# Count down to Biltmore..



## Joe4d (Sep 1, 2011)

General Beauregard and I will be heading out on the road Thursday morning for our first 50 at the Biltmore estate outside Asheville NC. As ready as we will ever be.


----------



## phantomhorse13 (Feb 18, 2011)

Gorgeous place from what I have heard... and a great place to try a new distance.

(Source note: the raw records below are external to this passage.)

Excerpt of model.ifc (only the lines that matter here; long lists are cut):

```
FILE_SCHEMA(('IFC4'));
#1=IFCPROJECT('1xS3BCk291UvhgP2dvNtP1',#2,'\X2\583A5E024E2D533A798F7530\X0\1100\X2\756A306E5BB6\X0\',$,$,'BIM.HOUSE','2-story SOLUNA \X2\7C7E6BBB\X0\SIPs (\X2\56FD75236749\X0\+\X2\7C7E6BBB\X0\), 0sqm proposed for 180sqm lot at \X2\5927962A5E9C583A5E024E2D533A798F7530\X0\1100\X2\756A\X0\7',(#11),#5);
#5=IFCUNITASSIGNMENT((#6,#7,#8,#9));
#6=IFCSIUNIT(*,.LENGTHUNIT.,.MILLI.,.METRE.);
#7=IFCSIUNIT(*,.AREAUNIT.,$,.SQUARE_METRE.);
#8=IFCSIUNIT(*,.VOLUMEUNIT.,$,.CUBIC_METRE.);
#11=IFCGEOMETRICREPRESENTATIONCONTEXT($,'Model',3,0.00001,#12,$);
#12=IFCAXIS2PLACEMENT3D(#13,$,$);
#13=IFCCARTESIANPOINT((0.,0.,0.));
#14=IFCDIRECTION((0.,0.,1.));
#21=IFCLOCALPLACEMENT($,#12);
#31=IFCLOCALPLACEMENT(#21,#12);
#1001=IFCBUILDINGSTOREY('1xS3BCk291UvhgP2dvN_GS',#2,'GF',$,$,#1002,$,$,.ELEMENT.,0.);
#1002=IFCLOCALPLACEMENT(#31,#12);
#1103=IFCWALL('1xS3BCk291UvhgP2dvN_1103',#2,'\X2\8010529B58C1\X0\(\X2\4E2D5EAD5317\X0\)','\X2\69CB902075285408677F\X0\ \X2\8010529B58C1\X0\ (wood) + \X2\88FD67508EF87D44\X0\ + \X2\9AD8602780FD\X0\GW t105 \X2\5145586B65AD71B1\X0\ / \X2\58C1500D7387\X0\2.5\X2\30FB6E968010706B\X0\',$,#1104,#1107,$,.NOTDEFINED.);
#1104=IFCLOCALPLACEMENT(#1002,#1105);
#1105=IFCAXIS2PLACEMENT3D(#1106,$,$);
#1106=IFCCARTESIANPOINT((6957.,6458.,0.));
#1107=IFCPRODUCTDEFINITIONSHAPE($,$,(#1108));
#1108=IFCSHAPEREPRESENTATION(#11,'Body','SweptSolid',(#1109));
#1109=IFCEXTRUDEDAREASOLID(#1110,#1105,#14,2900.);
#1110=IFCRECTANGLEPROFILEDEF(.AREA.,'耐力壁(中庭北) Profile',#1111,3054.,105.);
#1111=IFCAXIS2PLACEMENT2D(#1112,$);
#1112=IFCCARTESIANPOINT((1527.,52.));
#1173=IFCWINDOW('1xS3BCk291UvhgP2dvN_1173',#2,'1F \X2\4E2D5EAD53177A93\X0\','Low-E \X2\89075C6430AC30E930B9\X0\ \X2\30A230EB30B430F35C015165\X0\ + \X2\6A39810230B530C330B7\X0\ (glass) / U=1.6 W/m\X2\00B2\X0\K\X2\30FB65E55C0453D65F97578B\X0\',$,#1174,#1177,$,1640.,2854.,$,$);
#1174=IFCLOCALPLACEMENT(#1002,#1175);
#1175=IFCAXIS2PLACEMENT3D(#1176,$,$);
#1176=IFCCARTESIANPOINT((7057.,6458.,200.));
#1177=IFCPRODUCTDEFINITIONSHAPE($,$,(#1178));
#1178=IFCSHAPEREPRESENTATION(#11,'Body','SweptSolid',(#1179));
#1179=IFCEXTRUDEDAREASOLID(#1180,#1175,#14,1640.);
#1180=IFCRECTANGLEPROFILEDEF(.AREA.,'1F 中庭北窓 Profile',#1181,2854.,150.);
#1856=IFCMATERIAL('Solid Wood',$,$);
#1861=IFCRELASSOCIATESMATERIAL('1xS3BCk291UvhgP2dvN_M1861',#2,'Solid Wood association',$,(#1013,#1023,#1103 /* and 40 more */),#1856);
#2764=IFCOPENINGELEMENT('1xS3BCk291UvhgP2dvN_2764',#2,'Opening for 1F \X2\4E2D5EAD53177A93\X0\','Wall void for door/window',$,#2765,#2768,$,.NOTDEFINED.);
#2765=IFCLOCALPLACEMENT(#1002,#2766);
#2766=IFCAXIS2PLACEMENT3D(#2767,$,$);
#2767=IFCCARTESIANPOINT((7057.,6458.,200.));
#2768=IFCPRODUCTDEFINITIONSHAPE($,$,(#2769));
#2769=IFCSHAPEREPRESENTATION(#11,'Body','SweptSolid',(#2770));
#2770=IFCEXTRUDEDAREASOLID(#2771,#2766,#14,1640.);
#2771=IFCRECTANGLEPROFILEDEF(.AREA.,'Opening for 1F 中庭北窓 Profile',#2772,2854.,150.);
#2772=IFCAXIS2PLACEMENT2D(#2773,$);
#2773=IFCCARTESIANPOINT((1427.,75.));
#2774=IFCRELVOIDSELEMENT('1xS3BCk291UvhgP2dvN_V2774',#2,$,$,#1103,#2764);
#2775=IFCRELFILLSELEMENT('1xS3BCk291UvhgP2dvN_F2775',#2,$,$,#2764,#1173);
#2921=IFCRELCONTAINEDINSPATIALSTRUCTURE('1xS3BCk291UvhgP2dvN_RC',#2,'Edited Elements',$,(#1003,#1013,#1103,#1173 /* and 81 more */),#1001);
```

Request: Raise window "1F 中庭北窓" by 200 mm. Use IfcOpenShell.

```python
import numpy as np
import ifcopenshell
import ifcopenshell.api.geometry
import ifcopenshell.util.placement
import ifcopenshell.util.unit

model = ifcopenshell.open("model.ifc")
unit_scale = ifcopenshell.util.unit.calculate_unit_scale(model)

window = model.by_guid("1xS3BCk291UvhgP2dvN_1173")
opening = window.FillsVoids[0].RelatingOpeningElement
dz = 200.0

shift = np.array([0.0, 0.0, dz])
# The window is not placed relative to its opening, so move both.
for product in (opening, window):
    matrix = ifcopenshell.util.placement.get_local_placement(product.ObjectPlacement)
    matrix[:3, 3] += shift
    ifcopenshell.api.geometry.edit_object_placement(model, product=product, matrix=matrix, is_si=False)

print(f"moved by {dz * unit_scale:+.3f} m")

model.write("model-out.ifc")
```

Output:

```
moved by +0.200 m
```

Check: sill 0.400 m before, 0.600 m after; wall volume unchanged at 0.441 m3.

Can't wait for your ride report!


----------



## gunslinger (Sep 17, 2011)

Good luck Joe.....hope you enjoy the ride and bring back the blue......


----------



## MHFoundation Quarters (Feb 23, 2011)

What a gorgeous place for a ride. Good luck!


----------



## Celeste (Jul 3, 2011)

Good luck Joe!!

(As a musician, I feel that I should actually tell you to break a leg. It is considered bad luck to tell a musician good luck.)


----------



## AnitaAnne (Oct 31, 2010)

Have a great time! Are you taking a camera to do some filming? i sure would like to see that place...and the countryside you are traveling thru.


----------



## phantomhorse13 (Feb 18, 2011)

joe, waiting on a ride report!!

hopefully you are an official endurance rider now!!


----------



## MicKey73 (Dec 26, 2010)

Good luck! My sister in law lived in Asheville for a while and when we visited the Biltmore (and ate at the resteraunt that used to be the stables) all I could think about was galloping over those hills!Hope you guys have a fantastic ride!!


----------



## gunslinger (Sep 17, 2011)

Well? How did it go?


----------



## mildot (Oct 18, 2011)

gunslinger said:


> Well? How did it go?


+1 Inquiring minds wanna know.

Maybe Joe's been wiped out and asleep since.........:lol:


----------



## gunslinger (Sep 17, 2011)

He's posted in a couple of other forum topics.....

Hope he's alright and had a great time.


----------



## mildot (Oct 18, 2011)

gunslinger said:


> He's posted in a couple of other forum topics.....
> 
> Hope he's alright and had a great time.


I'm just joking. I would have been exhausted after riding 25 miles.


----------



## gunslinger (Sep 17, 2011)

Me too!


----------



## Joe4d (Sep 1, 2011)

well I was hoping to have something positive to report, was pretty upset with myself, simple matter was I rode too fast, way too fast came into the first vet check too fast and was simply over time on pulse down. Felt terrible let my horse down. Did have fun on the first loop,, so then looked for a way to redeem my self and headed to Leatherwood mt this weekend.
OMG what a horrendous tough trail, the second yellow loop liked to killed both of us. Back at camp I hear the other riders saying it was harder than the OD. Was almost nowhere I could make up any time only managed about 4.2 mph on that loop. Bo was a hero though ate and drank the whole day. Pulsed down right away at both vet checks headed out to third loop and we were done, ended up leading him jogging walking climbing for about 5 miles, came in to finish about 9 hours, chilled out 500 yards from finnish line at the creek with lots of wet clover and grass, took off halter and let him munch for 20 minutes, walked in for an official finish of 9:21 came through the final check alive and well on the Leatherwood 50.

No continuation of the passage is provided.